I do not recall the name of the product, but a few years back I purchased a bag of refractory material through a local company that relines large scale boilers. My application was to reline the inside of an old Antique Oak coal/wood stove where the bottom half has a refractory pot poured in. To make the pot I needed to line the inside of the stove with the cement, using 1/4 inch cage wire, and let it harden. 
They told me the interior of the boilers they reline gets to very high temps; so perhaps this type product cast to your need might do the trick.


----------



## KeithO (Sep 28, 2008)

Mr Nofossil

If you will send me a PM with a mailing address and the size of board that you need, I could send you an alternative material to try that is not very stiff mechanically, but quite erosion resistant, will never crack and will sustain the temperatures you are looking at.

How are the heavier firebricks holding up ?

Keith



			
				nofossil said:
			
		

> With a 1200 degree rating, it won't last but a few minutes. The board that I bought was from eBay as well. It was rated for 2300 degrees, and it failed too. I'm working on sources and specifications for something with a little more strength at temperature.


----------



## Adios Pantalones (Sep 28, 2008)

Castable refractory cement will withstand very high temps.  I got mine from Cutter Atlantic refractories- Woburn, MA.  I have cast a number of shapes that withstand good temps (2300 F).  I know folks that add metal fiber to give it crack resistance, but I cast a 1" thick 22x22" kiln chimney cap that has withstood 4 firings without it, and know folks that cast larg portions of high fire kilns with it.

Ceramic fiber board is held together with a starch.  You can add rigidizer- silica or alumina based, that holds to higher temps.  You could also treat it with ITC100 and it will rigidize, withstand higher temps, and withstand erosion better.  The material and coatings are available from a number of pottery supply sores- Sheffield pottery, MA is a good starting place.
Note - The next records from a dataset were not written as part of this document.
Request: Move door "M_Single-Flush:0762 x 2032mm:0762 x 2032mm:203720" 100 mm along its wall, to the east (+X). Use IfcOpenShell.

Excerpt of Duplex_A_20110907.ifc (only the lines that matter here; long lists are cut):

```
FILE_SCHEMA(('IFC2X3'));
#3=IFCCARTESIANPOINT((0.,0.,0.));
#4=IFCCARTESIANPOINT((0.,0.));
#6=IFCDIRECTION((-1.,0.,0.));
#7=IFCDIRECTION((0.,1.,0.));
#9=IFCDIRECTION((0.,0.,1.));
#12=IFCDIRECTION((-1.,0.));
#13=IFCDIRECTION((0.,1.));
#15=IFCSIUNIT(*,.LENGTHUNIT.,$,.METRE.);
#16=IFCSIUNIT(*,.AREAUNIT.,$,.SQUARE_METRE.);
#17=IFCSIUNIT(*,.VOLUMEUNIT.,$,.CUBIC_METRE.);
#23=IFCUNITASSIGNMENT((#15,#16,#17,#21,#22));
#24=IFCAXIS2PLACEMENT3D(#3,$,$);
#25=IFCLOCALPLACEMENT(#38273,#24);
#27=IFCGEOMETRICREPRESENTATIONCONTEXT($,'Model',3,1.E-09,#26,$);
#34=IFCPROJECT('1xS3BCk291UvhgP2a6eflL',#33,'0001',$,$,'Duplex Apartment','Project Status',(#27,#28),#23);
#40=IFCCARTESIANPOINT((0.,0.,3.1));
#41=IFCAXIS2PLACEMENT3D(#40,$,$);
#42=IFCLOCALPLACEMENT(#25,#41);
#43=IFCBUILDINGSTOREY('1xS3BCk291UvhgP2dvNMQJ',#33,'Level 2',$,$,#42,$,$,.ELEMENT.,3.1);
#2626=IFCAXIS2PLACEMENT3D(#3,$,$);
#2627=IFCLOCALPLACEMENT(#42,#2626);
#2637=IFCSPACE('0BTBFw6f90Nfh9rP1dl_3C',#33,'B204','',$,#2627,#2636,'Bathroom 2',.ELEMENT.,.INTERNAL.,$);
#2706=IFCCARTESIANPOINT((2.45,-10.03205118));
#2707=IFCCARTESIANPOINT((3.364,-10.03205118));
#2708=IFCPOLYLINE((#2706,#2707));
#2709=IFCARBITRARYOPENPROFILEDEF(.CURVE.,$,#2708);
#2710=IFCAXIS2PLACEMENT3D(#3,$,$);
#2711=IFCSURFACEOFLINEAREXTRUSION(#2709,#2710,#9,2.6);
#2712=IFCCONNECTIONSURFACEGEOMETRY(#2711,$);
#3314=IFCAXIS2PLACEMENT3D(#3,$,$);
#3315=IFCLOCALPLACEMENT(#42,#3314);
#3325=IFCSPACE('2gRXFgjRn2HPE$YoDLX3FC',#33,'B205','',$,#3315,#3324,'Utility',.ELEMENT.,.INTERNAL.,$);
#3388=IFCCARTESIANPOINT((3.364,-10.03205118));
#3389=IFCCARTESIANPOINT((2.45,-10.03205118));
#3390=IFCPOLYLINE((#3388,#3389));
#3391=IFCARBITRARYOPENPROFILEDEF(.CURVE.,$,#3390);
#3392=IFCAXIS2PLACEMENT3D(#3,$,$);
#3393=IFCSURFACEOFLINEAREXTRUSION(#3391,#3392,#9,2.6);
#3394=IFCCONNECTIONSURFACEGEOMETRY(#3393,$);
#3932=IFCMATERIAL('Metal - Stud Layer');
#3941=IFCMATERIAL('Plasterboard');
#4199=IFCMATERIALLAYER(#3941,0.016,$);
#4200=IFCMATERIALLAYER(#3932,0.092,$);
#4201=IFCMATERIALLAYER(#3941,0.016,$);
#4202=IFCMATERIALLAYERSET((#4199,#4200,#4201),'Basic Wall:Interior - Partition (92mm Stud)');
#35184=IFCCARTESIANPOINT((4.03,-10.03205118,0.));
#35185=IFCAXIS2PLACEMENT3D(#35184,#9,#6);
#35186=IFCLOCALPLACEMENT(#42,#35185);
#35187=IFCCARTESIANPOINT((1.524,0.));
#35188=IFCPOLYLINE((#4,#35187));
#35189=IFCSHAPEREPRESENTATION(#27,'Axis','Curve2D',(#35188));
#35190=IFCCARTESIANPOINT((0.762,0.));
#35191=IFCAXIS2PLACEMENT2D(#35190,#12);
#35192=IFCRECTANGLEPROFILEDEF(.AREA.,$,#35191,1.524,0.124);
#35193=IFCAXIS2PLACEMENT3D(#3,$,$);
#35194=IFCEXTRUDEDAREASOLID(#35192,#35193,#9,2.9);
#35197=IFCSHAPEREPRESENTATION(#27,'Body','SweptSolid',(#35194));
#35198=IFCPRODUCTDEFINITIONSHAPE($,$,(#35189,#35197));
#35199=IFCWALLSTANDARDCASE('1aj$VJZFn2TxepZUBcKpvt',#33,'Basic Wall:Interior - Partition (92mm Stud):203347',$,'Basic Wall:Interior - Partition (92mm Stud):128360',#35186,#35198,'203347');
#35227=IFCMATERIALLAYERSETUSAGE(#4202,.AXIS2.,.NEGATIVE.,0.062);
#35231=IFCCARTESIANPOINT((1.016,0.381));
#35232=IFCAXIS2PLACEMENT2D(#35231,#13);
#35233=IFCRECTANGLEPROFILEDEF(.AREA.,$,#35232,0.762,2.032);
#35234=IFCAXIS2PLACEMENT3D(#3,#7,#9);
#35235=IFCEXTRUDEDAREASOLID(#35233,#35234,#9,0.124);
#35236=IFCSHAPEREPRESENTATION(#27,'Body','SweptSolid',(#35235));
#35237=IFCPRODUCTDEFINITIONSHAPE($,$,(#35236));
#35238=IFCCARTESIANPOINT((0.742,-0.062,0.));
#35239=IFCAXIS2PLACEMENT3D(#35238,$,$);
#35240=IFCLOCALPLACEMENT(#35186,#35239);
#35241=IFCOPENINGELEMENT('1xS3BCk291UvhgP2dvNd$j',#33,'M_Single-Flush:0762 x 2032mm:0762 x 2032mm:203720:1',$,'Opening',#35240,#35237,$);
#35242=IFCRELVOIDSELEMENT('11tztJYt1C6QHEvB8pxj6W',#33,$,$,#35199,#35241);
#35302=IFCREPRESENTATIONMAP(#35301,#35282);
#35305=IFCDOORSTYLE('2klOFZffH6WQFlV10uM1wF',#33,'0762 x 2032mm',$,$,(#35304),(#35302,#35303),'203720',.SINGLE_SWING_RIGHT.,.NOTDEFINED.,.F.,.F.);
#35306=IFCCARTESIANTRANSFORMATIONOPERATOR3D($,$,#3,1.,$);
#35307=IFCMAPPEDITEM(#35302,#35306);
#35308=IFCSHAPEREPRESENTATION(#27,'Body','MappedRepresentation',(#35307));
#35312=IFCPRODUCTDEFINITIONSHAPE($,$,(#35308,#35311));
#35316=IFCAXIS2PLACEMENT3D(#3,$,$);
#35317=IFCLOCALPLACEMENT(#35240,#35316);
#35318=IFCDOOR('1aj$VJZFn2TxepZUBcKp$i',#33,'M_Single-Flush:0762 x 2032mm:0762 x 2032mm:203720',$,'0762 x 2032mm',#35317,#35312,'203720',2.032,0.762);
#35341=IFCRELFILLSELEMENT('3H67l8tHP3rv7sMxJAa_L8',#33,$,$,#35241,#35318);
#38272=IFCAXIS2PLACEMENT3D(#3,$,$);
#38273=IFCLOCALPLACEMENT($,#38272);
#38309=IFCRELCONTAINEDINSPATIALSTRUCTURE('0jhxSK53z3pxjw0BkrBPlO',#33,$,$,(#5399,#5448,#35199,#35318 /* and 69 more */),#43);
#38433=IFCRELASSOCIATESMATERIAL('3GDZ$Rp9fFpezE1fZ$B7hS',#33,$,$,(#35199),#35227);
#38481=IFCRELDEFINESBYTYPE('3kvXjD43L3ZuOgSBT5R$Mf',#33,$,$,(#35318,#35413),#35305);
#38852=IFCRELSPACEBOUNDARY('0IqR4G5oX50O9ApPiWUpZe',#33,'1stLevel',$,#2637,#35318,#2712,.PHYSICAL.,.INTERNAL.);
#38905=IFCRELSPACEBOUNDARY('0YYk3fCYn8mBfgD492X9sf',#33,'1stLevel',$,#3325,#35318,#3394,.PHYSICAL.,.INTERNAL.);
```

```python
import numpy as np
import ifcopenshell
import ifcopenshell.api.geometry
import ifcopenshell.util.placement

model = ifcopenshell.open("Duplex_A_20110907.ifc")

door = model.by_guid("1aj$VJZFn2TxepZUBcKp$i")
opening = door.FillsVoids[0].RelatingOpeningElement
wall = opening.VoidsElements[0].RelatingBuildingElement

wall_matrix = ifcopenshell.util.placement.get_local_placement(wall.ObjectPlacement)
shift = wall_matrix[:3, 0] * -0.1
before = ifcopenshell.util.placement.get_local_placement(door.ObjectPlacement)[:3, 3].copy()

# The door is placed relative to its opening, so it follows when the opening moves.
matrix = ifcopenshell.util.placement.get_local_placement(opening.ObjectPlacement)
matrix[:3, 3] += shift
ifcopenshell.api.geometry.edit_object_placement(
    model, product=opening, matrix=matrix, is_si=False, should_transform_children=True
)

# Space boundary surfaces are stored in each space's coordinates; move them too.
for rel in door.ProvidesBoundaries:
    if not rel.ConnectionGeometry:
        continue
    surface = rel.ConnectionGeometry.SurfaceOnRelatingElement
    space_matrix = ifcopenshell.util.placement.get_local_placement(rel.RelatingSpace.ObjectPlacement)
    point = np.array(surface.Position.Location.Coordinates) + space_matrix[:3, :3].T @ shift
    surface.Position = model.createIfcAxis2Placement3D(
        model.createIfcCartesianPoint(point.tolist()), surface.Position.Axis, surface.Position.RefDirection
    )

after = ifcopenshell.util.placement.get_local_placement(door.ObjectPlacement)[:3, 3]
print("door moved by", (after - before).round(3) + 0.0)

model.write("Duplex_A_20110907_rev.ifc")
```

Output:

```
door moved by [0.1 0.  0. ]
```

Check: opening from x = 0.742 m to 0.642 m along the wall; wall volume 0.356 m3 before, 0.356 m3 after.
Super duty brick will withstand well over 2600F sustained and is high alumina.  It's available in a number of configs- 2" thick fire tile, 9x4.5x2.5 straight brick, 9x4.5x1.25" splits, and several custom sizes.  Check refractory suppliers.


----------



## steam man (Sep 28, 2008)

My woodstove has castable ceramic plates. The top plate gets blasted by the flames. Its about 1.5" thick and is only supported by the edges. Its been on there for 18 years with no problem and its the hottest stove going. I've made castable stuff for industrial boilers. Typically styrofoam forms are used to make odd shapes. I think you can get the 3000 deg stuff and reinforcing stainlees "needles" on ebay. I think you just need to leave some expansion by making it out of separate pieces. It has to fire slowly to get the moisture out or it will disintegrate. If you can find a kiln oven..........

Mike


----------



## Nofossil (Sep 28, 2008)

This thread is back from the dead! 

KiethO, sent you a PM - thank very much. The new firebricks are holding up quite well.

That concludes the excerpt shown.